SAB Biotherapeutics Insider Conversion Adds 1.74M Common Shares

Filing Impact
(Very High)
Filing Sentiment
(Positive)
Form Type
4

Rhea-AI Filing Summary

SAB Biotherapeutics insider conversion increases public float via Sessa Capital. The filing reports that Series B Convertible Preferred Stock held by Sessa Capital (Master), L.P. automatically converted into 1,740,000 common shares at an effective conversion price of $1.75 per underlying share, reflecting conversion of 17,400 preferred shares. After the conversion the Sessa Parties are reported to beneficially own 2,198,457 common shares in aggregate, held indirectly through related entities.

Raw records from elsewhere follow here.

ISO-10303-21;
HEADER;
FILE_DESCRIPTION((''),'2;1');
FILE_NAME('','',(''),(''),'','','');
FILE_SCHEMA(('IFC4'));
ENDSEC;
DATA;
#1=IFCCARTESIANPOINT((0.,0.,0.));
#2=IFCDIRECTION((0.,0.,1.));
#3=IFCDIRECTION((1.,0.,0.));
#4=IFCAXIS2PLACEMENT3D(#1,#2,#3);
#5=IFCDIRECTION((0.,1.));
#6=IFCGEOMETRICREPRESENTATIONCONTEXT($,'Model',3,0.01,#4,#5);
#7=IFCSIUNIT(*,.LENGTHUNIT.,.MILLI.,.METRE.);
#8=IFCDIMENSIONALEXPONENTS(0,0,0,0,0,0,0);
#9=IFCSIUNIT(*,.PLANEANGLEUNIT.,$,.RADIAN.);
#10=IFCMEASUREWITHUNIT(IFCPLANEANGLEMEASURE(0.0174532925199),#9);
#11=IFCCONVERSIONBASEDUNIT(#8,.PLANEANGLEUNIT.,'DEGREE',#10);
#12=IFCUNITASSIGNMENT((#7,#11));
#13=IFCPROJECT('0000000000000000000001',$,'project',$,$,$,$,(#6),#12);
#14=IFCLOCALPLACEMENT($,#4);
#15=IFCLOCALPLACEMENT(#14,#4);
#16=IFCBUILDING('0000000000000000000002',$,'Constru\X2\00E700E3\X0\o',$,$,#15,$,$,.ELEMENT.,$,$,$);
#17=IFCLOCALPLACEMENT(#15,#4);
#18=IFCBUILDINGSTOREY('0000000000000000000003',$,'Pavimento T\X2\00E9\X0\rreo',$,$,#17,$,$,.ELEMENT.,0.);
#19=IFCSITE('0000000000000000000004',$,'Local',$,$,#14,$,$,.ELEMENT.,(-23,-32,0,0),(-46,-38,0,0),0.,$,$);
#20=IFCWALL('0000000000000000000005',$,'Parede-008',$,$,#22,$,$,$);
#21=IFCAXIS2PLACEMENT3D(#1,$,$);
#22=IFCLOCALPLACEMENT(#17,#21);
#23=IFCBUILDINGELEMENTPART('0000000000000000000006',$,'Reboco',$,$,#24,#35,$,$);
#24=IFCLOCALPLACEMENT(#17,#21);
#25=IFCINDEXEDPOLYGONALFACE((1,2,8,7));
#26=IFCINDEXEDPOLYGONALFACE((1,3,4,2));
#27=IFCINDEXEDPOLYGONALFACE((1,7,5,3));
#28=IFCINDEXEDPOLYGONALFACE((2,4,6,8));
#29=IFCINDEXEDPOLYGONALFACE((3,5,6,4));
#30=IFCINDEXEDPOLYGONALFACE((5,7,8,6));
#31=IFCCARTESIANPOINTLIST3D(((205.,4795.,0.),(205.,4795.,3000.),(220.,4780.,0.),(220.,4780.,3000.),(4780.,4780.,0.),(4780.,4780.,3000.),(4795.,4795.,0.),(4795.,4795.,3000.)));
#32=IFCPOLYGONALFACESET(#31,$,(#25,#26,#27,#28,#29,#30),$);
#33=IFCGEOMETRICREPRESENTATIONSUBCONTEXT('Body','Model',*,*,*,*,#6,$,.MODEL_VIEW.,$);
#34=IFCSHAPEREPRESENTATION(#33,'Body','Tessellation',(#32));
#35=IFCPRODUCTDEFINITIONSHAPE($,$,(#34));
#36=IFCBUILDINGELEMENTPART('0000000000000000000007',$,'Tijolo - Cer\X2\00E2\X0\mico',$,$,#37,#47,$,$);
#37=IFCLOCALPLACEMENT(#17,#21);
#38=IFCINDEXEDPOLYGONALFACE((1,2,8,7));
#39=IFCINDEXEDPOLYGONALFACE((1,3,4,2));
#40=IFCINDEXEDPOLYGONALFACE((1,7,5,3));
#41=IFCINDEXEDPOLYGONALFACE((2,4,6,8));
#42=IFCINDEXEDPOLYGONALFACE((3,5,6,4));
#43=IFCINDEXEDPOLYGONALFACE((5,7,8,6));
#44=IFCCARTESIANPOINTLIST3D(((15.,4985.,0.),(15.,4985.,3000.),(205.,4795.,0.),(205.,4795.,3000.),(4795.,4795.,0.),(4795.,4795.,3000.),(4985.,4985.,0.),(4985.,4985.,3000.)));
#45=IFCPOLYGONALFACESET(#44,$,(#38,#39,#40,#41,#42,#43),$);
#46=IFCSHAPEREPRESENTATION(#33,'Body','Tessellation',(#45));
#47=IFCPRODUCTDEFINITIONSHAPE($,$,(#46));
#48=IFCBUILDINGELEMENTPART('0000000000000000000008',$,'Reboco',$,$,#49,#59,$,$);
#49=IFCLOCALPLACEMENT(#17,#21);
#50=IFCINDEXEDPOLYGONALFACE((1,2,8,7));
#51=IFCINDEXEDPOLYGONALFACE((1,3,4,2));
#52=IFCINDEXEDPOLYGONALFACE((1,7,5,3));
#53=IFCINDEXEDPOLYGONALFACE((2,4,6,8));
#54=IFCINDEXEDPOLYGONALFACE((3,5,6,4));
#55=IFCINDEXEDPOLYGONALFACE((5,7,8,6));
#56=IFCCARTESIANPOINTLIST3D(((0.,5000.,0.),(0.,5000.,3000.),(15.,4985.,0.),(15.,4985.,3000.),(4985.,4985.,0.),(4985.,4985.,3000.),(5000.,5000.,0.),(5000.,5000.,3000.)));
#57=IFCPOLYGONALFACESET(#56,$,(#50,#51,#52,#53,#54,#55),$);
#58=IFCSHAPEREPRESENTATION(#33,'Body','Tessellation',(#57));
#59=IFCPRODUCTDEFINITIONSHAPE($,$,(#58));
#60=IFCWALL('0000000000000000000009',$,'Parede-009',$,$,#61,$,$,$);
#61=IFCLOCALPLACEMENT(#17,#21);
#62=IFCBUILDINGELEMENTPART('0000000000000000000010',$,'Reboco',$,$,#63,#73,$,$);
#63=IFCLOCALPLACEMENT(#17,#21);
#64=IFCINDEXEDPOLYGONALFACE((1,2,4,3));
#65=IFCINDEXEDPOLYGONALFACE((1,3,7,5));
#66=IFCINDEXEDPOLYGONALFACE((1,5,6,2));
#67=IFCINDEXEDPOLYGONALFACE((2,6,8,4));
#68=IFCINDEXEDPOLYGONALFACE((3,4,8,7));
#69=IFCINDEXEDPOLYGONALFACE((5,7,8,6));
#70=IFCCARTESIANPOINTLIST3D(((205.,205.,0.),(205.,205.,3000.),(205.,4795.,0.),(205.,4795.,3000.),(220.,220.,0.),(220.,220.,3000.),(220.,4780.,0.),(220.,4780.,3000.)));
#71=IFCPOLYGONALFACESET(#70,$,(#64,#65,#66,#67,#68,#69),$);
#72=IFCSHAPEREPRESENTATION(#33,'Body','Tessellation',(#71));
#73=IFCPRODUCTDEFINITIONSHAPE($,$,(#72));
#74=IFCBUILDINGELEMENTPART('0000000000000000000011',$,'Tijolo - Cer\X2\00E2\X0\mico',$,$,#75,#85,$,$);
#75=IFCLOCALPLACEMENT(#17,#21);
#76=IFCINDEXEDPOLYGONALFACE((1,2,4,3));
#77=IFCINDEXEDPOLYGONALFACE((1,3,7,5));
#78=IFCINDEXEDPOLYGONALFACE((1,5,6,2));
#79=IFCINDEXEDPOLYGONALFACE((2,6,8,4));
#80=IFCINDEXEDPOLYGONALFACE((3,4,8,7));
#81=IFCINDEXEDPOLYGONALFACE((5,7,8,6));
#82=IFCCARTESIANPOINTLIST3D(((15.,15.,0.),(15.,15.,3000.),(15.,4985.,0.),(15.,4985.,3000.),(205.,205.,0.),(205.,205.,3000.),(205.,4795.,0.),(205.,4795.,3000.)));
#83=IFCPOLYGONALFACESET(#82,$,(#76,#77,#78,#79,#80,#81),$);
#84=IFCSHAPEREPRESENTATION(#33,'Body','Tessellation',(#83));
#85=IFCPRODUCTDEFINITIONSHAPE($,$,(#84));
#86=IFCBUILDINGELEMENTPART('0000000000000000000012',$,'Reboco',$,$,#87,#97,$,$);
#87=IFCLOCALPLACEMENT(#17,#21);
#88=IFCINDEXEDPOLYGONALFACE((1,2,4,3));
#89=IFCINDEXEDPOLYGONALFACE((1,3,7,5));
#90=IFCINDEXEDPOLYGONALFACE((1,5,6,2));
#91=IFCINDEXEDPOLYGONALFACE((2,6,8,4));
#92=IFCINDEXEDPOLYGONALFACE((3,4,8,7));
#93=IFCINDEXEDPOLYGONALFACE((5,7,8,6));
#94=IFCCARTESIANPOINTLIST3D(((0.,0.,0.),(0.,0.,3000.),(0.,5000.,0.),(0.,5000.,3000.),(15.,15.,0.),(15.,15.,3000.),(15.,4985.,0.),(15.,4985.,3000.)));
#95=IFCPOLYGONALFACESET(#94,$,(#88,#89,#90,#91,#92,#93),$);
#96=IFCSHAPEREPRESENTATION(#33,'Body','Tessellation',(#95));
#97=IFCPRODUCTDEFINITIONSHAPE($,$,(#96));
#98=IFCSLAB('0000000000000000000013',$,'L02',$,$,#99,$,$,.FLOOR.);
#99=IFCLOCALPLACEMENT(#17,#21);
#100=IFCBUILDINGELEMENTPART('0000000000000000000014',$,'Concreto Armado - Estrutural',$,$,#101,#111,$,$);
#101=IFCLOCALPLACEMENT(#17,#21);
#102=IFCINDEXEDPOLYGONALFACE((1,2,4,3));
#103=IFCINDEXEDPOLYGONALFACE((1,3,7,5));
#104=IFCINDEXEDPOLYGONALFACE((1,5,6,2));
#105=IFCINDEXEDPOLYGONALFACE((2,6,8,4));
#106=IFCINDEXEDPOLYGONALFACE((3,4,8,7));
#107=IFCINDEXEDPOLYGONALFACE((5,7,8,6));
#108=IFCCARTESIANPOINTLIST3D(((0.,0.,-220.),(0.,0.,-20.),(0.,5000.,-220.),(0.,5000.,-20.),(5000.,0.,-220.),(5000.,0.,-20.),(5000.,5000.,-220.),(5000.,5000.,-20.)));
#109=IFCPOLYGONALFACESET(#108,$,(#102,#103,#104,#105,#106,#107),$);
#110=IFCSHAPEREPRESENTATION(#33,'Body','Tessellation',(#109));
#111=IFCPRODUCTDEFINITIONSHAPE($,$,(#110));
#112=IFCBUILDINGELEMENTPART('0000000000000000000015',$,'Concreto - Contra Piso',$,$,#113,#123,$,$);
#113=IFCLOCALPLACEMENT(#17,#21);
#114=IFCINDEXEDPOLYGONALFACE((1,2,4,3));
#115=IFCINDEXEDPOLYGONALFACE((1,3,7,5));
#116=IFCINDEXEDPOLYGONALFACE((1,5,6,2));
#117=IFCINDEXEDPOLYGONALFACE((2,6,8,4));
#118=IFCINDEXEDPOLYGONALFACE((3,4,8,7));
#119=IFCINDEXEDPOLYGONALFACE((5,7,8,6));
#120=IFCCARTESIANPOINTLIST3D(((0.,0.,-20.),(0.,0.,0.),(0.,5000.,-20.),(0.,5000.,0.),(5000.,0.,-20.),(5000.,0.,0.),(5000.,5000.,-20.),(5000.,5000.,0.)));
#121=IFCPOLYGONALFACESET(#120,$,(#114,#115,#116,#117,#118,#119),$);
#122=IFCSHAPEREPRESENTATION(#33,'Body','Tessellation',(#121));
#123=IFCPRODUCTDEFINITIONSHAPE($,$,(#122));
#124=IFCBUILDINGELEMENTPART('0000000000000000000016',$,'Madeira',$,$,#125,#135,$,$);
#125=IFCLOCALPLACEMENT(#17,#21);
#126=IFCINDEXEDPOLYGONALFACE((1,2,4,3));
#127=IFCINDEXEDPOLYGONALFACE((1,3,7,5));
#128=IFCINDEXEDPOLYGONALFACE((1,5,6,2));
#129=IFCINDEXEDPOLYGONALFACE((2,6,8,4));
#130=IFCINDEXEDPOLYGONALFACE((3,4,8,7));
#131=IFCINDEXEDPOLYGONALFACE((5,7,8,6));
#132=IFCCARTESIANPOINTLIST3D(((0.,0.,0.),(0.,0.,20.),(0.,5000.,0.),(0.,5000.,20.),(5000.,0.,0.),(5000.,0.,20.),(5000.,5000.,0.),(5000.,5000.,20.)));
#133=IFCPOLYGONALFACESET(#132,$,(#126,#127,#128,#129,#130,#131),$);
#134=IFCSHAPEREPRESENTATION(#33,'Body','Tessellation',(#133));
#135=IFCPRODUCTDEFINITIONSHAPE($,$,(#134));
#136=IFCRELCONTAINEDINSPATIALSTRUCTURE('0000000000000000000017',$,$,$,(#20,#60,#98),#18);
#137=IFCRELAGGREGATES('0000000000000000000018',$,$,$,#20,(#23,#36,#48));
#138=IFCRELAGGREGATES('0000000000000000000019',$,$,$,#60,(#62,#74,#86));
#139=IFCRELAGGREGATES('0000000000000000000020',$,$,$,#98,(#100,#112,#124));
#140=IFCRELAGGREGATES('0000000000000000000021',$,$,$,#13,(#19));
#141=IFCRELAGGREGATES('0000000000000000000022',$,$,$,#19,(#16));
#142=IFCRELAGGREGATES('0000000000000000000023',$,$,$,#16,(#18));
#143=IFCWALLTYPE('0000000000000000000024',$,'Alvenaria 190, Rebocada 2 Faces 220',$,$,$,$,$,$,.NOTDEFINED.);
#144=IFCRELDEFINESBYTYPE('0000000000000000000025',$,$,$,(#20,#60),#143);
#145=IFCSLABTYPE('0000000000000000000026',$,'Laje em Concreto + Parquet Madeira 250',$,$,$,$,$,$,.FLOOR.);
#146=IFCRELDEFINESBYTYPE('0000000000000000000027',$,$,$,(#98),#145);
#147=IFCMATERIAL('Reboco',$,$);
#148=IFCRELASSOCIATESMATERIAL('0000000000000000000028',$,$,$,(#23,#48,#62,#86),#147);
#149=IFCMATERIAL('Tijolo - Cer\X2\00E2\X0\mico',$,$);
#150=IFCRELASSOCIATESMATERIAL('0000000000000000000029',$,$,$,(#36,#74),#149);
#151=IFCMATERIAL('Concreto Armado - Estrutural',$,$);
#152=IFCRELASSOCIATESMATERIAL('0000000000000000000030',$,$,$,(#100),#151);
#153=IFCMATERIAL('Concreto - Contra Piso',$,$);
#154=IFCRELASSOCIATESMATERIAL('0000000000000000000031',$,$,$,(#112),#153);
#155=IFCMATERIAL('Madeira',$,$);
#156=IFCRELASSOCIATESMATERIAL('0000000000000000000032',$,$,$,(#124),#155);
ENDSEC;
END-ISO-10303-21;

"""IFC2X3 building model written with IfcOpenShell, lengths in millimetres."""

from ifc_helpers import new_model, entity, si_unit, converted_unit, direction, frame, origin_with_axes, place, context, subcontext, project, spatial, polyline, outline, extrude, material, type_object, element, aggregate, save


model = new_model("IFC2X3")

# Units and contexts
model_context = context("Model", 3, precision=0.01, world=origin_with_axes(), true_north=direction((0.0, 1.0)))
body_context = subcontext(model_context, "Body", "Model", "MODEL_VIEW")
ifc_project = project(units=[si_unit("LENGTHUNIT", "METRE", prefix="MILLI"), converted_unit("PLANEANGLEUNIT", "DEGREE", entity("IfcPlaneAngleMeasure", 0.0174532925199), si_unit("PLANEANGLEUNIT", "RADIAN"), dimensions=[0, 0, 0, 0, 0, 0, 0])], contexts=[model_context])

# Site, building, storey
site_placement = place(None, origin_with_axes())
site = spatial("IfcSite", under=ifc_project, at=site_placement, Name="Local", CompositionType="ELEMENT", RefLatitude=(-23, -32, 0, 0), RefLongitude=(-46, -38, 0, 0), RefElevation=0.0)
building_placement = place(site_placement, origin_with_axes())
building = spatial("IfcBuilding", under=site, at=building_placement, Name="Construção", CompositionType="ELEMENT")
storey_placement = place(building_placement, origin_with_axes())
storey = spatial("IfcBuildingStorey", under=building, at=storey_placement, Name="Pavimento Térreo", CompositionType="ELEMENT", Elevation=0.0)

# Walls, building element parts
wall_type = type_object("IfcWallType", Name="Alvenaria 190, Rebocada 2 Faces 220", PredefinedType="NOTDEFINED")
wall_1_placement = place(storey_placement, frame((5000.0, 5000.0, 0.0), z_axis=(0.0, 0.0, 1.0), x_axis=(-1.0, 0.0, 0.0)))
wall_1 = element("IfcWall", 1, at=wall_1_placement, inside=storey, type_object=wall_type, Name="Parede-008")
ifc_material_1 = material(Name="Reboco")
building_element_part_1_placement = place(wall_1_placement, origin_with_axes())
building_element_part_1 = element("IfcBuildingElementPart", 2, at=building_element_part_1_placement, material=ifc_material_1, Name="Reboco", context=body_context, shape_type="SweptSolid", body=[
    extrude(outline(polyline([(205.0, 205.0), (4795.0, 205.0), (4780.0, 220.0), (220.0, 220.0), (205.0, 205.0)])), origin_with_axes(), (0.0, 0.0, 1.0), 3000.0),
])
ifc_material_2 = material(Name="Tijolo - Cerâmico")
building_element_part_2_placement = place(wall_1_placement, origin_with_axes())
building_element_part_2 = element("IfcBuildingElementPart", 3, at=building_element_part_2_placement, material=ifc_material_2, Name="Tijolo - Cerâmico", context=body_context, shape_type="SweptSolid", body=[
    extrude(outline(polyline([(15.0, 15.0), (4985.0, 15.0), (4795.0, 205.0), (205.0, 205.0), (15.0, 15.0)])), origin_with_axes(), (0.0, 0.0, 1.0), 3000.0),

The Preferred Stock was purchased by the Fund for an aggregate price of $39,987,500 under a July 21, 2025 purchase agreement. The filing discloses a 4.99% beneficial ownership cap that limits further conversions that would push the Sessa Parties above that threshold. Andrew Moin is identified as a board director of the issuer and is an Analyst and Partner with the Fund; the reported holdings are described as indirect and subject to the stated ownership limitation.

Positive

  • Automatic conversion completed, converting 17,400 preferred shares into 1,740,000 common shares, clarifying capital structure.
  • Purchase price disclosure provided: the Fund acquired the Preferred Stock for an aggregate of $39,987,500, offering transparency on prior investment terms.
  • Beneficial ownership clearly mapped through Sessa entities, and the filing discloses Andrew Moin's board role, improving governance transparency.

Negative

  • Beneficial ownership cap of 4.99% restricts further conversions that would increase the Sessa Parties' stake beyond that threshold.
  • Holdings reported as indirect, which may limit clarity about direct control or voting influence at the individual level.

Insights

TL;DR: Large preferred-to-common conversion adds 1.74M shares to Sessa Parties' stake but is capped at a 4.99% ownership limit.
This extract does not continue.